_GOAL OF THE EXERCISE:_
From the records below, report the number of lines that contain "IFCLOCALPLACEMENT", and add nothing.

==== SUPPLIED MATERIAL ====

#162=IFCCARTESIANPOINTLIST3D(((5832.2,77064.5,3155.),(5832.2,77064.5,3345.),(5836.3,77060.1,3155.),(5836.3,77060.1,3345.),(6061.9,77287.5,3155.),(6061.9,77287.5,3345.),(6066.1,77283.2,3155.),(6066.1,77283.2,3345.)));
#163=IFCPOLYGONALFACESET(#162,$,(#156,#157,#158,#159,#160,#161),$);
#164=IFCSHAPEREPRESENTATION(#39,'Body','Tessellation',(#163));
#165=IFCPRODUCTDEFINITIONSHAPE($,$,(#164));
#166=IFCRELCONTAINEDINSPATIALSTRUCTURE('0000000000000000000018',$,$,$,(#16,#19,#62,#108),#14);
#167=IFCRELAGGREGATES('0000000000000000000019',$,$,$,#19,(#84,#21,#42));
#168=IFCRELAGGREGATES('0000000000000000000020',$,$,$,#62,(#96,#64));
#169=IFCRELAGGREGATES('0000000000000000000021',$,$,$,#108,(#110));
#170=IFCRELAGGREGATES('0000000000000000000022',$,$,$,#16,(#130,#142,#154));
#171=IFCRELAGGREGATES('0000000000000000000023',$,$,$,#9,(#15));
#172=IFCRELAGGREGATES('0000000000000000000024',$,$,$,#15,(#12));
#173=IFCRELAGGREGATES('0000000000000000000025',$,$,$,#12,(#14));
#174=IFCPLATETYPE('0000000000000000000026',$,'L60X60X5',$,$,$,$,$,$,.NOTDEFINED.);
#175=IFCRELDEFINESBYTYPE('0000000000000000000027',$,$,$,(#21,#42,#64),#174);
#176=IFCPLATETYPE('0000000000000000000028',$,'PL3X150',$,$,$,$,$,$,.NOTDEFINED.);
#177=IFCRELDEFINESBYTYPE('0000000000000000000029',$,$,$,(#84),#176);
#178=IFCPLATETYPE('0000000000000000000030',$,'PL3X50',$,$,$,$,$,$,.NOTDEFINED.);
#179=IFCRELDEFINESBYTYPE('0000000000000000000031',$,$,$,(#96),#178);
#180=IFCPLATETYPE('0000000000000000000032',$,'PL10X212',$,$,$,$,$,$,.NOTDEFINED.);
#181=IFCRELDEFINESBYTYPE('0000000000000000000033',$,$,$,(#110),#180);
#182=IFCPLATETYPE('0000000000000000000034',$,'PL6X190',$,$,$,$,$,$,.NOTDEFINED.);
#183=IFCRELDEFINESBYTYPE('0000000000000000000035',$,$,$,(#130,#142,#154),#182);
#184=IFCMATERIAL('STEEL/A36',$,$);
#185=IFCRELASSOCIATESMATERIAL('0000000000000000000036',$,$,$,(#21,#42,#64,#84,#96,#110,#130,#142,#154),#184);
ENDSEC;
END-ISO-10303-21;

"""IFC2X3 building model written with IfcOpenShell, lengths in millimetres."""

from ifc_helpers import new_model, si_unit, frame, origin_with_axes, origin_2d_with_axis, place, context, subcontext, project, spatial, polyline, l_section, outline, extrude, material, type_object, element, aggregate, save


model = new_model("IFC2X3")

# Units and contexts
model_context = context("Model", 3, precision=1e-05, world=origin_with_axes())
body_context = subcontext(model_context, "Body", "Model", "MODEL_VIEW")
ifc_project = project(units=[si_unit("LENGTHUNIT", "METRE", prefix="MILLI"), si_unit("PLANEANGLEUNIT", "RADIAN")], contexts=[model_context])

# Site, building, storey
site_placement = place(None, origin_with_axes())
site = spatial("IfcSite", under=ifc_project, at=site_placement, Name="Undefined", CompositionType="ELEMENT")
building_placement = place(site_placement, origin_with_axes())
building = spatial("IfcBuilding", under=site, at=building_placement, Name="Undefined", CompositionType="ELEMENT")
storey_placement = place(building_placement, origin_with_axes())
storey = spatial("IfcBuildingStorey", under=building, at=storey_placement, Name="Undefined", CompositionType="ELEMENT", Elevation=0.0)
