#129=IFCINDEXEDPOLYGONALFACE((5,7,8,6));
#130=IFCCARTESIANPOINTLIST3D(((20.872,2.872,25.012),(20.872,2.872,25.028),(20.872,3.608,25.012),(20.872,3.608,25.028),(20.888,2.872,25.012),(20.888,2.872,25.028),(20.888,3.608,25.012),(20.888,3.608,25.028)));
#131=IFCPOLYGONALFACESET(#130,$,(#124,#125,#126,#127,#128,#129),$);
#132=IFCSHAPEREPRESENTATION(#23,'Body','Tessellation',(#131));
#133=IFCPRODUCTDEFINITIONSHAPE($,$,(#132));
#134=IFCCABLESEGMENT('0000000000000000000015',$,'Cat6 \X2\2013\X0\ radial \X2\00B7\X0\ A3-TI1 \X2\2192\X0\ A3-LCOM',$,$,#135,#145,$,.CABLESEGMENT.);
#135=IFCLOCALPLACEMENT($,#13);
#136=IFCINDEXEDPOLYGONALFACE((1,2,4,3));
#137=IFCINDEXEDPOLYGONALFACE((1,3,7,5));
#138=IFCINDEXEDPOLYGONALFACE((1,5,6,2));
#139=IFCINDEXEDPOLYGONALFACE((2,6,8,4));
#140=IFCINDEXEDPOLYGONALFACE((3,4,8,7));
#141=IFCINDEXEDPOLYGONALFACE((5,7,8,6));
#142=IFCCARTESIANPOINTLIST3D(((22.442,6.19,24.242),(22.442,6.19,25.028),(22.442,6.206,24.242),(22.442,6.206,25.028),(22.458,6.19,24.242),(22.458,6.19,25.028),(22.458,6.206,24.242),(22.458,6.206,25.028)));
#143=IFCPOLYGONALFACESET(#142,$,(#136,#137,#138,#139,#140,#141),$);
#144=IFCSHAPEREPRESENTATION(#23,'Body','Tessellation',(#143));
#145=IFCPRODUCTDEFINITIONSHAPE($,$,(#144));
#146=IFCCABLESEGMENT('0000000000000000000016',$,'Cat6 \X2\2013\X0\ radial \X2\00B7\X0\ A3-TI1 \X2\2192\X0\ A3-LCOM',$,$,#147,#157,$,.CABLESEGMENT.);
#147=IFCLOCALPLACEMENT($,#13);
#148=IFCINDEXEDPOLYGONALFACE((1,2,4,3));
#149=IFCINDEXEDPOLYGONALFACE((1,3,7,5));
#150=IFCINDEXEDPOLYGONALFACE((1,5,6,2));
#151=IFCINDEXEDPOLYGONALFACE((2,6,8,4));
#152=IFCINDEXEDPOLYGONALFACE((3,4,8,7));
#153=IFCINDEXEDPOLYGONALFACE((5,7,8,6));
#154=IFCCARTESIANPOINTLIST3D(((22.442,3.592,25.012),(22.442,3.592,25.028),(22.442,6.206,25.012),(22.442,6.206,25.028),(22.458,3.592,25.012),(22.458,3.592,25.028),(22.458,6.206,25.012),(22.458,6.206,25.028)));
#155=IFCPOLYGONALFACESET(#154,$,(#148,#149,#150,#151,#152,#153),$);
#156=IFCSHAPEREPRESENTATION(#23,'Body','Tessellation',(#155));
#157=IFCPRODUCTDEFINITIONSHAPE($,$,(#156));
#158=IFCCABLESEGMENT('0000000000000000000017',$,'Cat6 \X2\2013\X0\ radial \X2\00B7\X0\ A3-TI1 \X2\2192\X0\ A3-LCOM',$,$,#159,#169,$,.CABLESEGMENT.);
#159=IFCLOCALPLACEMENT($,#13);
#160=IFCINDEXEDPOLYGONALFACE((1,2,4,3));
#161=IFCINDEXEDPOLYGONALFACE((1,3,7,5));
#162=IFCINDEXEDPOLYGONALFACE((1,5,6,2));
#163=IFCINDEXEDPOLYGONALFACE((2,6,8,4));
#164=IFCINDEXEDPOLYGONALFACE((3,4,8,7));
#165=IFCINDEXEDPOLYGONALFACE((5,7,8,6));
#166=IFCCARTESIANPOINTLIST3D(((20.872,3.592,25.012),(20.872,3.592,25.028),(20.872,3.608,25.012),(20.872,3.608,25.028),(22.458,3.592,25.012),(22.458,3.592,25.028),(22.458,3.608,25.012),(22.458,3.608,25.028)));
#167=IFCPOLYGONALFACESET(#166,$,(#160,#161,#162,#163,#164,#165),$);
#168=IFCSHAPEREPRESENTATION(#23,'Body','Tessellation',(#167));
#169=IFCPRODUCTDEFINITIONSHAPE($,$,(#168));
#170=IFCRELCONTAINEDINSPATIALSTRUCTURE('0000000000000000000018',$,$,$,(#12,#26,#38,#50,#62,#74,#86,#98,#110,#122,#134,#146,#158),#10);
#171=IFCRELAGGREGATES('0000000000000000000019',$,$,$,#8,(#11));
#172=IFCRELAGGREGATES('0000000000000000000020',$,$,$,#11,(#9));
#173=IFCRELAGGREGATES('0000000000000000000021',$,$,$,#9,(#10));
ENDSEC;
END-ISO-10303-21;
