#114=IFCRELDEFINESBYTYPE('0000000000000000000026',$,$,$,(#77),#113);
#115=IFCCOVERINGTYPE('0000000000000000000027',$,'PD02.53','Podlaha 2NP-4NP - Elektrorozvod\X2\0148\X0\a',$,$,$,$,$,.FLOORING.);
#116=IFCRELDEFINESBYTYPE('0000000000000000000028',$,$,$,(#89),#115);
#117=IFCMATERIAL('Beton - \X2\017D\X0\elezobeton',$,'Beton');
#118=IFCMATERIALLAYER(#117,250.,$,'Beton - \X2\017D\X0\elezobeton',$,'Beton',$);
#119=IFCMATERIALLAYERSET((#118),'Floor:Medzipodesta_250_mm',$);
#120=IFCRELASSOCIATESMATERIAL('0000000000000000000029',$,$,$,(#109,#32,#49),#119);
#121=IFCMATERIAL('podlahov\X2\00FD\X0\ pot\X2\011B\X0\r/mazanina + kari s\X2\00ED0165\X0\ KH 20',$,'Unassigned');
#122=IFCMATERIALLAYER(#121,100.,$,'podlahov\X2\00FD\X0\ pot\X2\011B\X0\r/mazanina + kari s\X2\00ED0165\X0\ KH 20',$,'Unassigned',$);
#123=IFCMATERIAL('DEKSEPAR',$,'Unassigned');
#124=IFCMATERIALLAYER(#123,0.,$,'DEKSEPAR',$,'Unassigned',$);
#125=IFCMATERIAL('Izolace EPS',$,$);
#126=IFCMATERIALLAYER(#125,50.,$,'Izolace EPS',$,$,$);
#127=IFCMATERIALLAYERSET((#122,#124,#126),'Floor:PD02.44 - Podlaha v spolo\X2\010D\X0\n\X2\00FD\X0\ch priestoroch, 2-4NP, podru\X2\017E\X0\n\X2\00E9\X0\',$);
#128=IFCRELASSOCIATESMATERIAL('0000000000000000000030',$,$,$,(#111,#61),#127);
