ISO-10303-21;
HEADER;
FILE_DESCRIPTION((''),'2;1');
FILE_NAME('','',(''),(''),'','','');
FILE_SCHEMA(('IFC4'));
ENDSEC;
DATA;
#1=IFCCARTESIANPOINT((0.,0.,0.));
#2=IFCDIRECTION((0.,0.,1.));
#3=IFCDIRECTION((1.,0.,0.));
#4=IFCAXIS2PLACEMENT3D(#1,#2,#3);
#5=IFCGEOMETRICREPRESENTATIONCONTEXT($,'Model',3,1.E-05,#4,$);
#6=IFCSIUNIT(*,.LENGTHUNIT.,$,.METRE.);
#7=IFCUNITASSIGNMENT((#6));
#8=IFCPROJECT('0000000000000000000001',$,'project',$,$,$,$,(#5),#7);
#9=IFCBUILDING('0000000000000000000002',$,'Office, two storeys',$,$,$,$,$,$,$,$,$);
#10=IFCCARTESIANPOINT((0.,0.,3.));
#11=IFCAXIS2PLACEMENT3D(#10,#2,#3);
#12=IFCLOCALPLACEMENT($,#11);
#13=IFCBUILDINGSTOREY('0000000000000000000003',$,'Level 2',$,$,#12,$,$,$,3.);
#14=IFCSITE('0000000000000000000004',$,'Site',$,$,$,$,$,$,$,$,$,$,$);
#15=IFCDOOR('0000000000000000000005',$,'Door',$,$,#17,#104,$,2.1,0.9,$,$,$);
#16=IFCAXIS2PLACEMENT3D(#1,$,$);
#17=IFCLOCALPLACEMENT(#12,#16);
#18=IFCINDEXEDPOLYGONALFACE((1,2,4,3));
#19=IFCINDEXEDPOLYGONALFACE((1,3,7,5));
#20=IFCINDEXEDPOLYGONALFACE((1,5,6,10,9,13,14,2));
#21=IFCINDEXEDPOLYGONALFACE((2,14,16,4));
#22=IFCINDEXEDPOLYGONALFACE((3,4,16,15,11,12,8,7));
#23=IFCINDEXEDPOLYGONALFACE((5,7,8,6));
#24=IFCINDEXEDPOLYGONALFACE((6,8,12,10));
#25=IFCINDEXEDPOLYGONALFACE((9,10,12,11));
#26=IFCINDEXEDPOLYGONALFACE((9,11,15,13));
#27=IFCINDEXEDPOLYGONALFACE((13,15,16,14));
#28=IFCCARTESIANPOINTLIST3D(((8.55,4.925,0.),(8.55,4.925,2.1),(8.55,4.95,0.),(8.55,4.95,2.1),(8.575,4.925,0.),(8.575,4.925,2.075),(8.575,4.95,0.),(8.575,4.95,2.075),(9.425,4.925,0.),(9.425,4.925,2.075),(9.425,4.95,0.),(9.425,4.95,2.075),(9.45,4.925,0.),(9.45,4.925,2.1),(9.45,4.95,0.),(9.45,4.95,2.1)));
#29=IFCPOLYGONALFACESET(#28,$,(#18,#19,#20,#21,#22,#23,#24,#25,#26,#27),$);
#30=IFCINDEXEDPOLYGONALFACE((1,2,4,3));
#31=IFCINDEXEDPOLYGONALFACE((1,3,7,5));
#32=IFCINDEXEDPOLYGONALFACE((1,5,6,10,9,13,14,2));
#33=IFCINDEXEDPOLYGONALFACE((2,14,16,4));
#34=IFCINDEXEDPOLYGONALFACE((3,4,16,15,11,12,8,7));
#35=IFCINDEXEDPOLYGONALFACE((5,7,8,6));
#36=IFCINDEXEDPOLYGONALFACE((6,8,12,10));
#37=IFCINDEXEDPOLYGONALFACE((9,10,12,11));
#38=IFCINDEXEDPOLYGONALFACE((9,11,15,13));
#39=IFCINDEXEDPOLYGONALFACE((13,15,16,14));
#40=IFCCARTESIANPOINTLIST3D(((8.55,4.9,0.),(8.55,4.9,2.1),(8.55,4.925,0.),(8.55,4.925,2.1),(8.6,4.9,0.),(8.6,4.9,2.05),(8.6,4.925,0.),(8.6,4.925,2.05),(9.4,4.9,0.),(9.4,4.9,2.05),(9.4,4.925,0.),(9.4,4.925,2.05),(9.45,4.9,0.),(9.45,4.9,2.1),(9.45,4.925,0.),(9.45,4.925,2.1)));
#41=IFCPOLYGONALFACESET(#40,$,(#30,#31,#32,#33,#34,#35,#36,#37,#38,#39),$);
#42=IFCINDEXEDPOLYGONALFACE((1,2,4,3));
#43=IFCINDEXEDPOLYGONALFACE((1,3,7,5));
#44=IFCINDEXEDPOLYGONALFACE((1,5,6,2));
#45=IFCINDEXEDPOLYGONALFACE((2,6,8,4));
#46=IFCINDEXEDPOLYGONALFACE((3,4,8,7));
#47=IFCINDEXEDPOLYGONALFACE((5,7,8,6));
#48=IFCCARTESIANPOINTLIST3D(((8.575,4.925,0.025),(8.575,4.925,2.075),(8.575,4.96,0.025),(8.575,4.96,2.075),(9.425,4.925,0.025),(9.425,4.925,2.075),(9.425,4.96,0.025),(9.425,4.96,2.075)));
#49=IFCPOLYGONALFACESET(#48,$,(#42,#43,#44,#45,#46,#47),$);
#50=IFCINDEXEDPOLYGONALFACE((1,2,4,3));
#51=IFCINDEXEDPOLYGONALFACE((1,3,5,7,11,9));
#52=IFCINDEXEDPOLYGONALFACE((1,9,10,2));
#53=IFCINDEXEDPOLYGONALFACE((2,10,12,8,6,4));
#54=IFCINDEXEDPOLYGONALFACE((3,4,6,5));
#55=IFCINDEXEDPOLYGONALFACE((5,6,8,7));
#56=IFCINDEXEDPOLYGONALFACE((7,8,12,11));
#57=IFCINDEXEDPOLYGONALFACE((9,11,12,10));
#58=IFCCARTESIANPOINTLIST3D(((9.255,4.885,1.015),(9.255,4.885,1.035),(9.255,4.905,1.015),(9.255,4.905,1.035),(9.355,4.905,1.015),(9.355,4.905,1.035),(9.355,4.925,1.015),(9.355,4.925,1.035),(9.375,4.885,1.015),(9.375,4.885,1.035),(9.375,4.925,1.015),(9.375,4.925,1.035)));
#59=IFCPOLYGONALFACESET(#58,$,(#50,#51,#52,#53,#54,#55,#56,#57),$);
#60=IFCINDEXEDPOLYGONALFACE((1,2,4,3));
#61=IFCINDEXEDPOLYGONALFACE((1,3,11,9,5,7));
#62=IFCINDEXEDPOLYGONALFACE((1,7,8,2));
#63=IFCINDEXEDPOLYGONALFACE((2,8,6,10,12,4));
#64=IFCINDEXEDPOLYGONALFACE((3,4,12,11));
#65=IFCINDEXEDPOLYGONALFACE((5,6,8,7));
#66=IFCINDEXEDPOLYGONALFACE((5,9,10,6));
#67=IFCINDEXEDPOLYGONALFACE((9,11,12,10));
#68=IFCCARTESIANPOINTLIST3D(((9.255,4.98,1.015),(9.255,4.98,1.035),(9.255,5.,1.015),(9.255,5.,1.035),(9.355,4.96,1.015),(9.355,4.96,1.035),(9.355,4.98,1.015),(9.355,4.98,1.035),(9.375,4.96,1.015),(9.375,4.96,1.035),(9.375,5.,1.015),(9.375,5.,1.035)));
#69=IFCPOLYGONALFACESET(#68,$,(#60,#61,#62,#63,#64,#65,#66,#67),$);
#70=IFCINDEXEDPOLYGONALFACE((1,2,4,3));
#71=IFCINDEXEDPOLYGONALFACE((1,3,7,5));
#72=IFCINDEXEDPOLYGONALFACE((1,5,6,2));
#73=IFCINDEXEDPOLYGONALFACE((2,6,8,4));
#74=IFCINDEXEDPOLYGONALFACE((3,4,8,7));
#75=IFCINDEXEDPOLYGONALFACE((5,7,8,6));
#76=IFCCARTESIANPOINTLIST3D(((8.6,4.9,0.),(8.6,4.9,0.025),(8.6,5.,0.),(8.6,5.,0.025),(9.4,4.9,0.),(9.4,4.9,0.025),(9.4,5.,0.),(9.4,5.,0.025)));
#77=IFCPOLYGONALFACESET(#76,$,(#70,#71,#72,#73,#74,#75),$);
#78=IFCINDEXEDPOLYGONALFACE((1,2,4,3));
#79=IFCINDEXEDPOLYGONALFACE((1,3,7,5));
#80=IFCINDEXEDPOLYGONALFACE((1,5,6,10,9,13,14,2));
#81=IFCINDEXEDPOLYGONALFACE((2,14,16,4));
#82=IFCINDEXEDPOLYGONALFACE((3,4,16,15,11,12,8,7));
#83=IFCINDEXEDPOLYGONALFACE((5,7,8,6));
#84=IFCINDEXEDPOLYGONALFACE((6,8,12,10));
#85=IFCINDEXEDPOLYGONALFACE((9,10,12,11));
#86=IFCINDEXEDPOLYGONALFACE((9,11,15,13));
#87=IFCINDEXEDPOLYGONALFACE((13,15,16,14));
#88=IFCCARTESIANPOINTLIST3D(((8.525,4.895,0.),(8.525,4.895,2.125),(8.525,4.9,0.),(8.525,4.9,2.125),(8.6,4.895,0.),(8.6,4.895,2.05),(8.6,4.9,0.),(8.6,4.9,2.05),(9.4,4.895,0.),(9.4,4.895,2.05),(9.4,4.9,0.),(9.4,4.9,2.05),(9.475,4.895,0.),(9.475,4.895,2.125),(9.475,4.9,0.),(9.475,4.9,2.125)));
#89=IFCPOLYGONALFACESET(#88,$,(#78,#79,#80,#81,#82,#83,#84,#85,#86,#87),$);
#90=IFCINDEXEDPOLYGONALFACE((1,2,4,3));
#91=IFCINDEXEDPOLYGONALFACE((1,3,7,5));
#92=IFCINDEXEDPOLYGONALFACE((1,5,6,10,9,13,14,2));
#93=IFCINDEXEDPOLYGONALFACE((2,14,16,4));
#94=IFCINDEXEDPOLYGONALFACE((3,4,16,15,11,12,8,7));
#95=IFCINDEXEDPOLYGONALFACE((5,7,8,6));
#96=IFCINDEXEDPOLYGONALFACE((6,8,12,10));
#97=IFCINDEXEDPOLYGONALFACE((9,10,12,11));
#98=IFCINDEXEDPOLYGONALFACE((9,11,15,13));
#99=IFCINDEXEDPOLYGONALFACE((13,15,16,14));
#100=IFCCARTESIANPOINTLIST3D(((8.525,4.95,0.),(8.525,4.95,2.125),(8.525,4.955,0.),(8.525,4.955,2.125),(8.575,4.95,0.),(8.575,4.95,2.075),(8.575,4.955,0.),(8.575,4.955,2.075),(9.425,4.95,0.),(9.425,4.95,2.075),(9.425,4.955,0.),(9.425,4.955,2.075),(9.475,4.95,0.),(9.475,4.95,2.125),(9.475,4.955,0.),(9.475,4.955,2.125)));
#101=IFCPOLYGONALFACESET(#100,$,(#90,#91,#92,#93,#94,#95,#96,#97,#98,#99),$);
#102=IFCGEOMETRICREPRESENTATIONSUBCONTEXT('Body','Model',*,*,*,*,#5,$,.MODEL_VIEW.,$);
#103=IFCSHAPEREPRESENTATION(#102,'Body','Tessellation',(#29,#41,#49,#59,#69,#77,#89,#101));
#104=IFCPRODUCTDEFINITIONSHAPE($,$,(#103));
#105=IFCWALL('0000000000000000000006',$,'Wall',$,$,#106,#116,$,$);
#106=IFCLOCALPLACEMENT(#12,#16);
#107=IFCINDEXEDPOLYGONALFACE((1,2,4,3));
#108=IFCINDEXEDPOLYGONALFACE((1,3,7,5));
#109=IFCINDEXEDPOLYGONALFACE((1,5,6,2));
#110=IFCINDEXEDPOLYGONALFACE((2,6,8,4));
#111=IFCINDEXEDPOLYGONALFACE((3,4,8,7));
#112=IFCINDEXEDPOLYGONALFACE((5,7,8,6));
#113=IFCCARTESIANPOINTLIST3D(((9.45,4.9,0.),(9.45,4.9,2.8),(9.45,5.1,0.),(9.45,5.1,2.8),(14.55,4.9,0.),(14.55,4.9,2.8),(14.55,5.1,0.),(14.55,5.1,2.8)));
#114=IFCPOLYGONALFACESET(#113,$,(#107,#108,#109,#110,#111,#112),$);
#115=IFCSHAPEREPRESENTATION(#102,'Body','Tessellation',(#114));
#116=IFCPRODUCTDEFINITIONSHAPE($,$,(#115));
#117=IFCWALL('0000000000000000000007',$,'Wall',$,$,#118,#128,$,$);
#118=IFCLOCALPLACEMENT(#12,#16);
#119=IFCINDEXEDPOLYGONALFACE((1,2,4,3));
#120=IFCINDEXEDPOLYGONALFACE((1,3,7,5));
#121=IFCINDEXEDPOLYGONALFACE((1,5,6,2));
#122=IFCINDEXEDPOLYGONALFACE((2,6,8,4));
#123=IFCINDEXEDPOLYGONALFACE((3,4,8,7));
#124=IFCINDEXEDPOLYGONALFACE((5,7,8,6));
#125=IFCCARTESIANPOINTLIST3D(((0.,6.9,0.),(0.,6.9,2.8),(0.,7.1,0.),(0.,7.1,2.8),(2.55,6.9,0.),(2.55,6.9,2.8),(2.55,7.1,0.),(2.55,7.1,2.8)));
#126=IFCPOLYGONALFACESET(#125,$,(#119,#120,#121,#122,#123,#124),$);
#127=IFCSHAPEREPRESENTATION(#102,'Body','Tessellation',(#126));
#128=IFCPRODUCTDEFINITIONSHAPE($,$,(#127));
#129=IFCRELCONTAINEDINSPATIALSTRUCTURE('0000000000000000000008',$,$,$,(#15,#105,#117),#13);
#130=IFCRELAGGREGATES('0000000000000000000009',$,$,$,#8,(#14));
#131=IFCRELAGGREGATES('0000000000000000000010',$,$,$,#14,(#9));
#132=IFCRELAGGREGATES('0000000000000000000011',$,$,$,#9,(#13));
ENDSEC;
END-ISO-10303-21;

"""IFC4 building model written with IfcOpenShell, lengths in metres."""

from ifc_helpers import new_model, si_unit, frame, origin_with_axes, place, context, subcontext, project, spatial, line, indexed_curve, outline, extrude, element, save


model = new_model("IFC4")

# Units and contexts
model_context = context("Model", 3, precision=1e-05, world=origin_with_axes())
body_context = subcontext(model_context, "Body", "Model", "MODEL_VIEW")
ifc_project = project(units=[si_unit("LENGTHUNIT", "METRE")], contexts=[model_context])

# Site, building, storey
site = spatial("IfcSite", under=ifc_project, Name="Site")
building = spatial("IfcBuilding", under=site, Name="Office, two storeys")
storey_placement = place(None, frame((0.0, 0.0, 3.0), z_axis=(0.0, 0.0, 1.0), x_axis=(1.0, 0.0, 0.0)))
storey = spatial("IfcBuildingStorey", under=building, at=storey_placement, Name="Level 2", Elevation=3.0)

# Door
door_1_placement = place(storey_placement, frame((8.55, 4.9, 0.0), z_axis=(0.0, 0.0, 1.0), x_axis=(1.0, 0.0, 0.0)))
element("IfcDoor", 1, at=door_1_placement, inside=storey, Name="Door", OverallHeight=2.1, OverallWidth=0.9, context=body_context, shape_type="SweptSolid", body=[
    extrude(outline(indexed_curve([(0.0, 0.0), (0.0, 2.1), (0.9, 2.1), (0.9, 0.0), (0.875, 0.0), (0.875, 2.075), (0.025, 2.075), (0.025, 0.0)], segments=[line(1, 2, 3, 4, 5, 6, 7, 8, 1)])), frame((0.0, 0.025, 0.0), z_axis=(0.0, -1.0, 0.0), x_axis=(1.0, 0.0, 0.0)), (0.0, 0.0, -1.0), 0.025),
    extrude(outline(indexed_curve([(0.0, 0.0), (0.0, 2.1), (0.9, 2.1), (0.9, 0.0), (0.85, 0.0), (0.85, 2.05), (0.05, 2.05), (0.05, 0.0)], segments=[line(1, 2, 3, 4, 5, 6, 7, 8, 1)])), frame((0.0, 0.0, 0.0), z_axis=(0.0, -1.0, 0.0), x_axis=(1.0, 0.0, 0.0)), (0.0, 0.0, -1.0), 0.025),
    extrude(outline(indexed_curve([(0.0, 0.0), (0.85, 0.0), (0.85, 0.035), (0.0, 0.035)], segments=[line(1, 2, 3, 4, 1)])), frame((0.025, 0.025, 0.025), z_axis=(0.0, 0.0, 1.0), x_axis=(1.0, 0.0, 0.0)), (0.0, 0.0, 1.0), 2.05),
    extrude(outline(indexed_curve([(0.0, 0.0), (0.0, -0.04), (-0.12, -0.04), (-0.12, -0.02), (-0.02, -0.02), (-0.02, 0.0)], segments=[line(1, 2, 3, 4, 5, 6, 1)])), frame((0.825, 0.025, 1.015), z_axis=(0.0, 0.0, 1.0), x_axis=(1.0, 0.0, 0.0)), (0.0, 0.0, 1.0), 0.02),
    extrude(outline(indexed_curve([(0.0, 0.0), (0.0, 0.04), (-0.12, 0.04), (-0.12, 0.02), (-0.02, 0.02), (-0.02, 0.0)], segments=[line(1, 2, 3, 4, 5, 6, 1)])), frame((0.825, 0.06, 1.015), z_axis=(0.0, 0.0, 1.0), x_axis=(1.0, 0.0, 0.0)), (0.0, 0.0, 1.0), 0.02),
    extrude(outline(indexed_curve([(0.0, 0.0), (0.8, 0.0), (0.8, 0.1), (0.0, 0.1)], segments=[line(1, 2, 3, 4, 1)])), frame((0.05, 0.0, 0.0), z_axis=(0.0, 0.0, 1.0), x_axis=(1.0, 0.0, 0.0)), (0.0, 0.0, 1.0), 0.025),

====

_SOLUTION FOR THIS TASK:_
7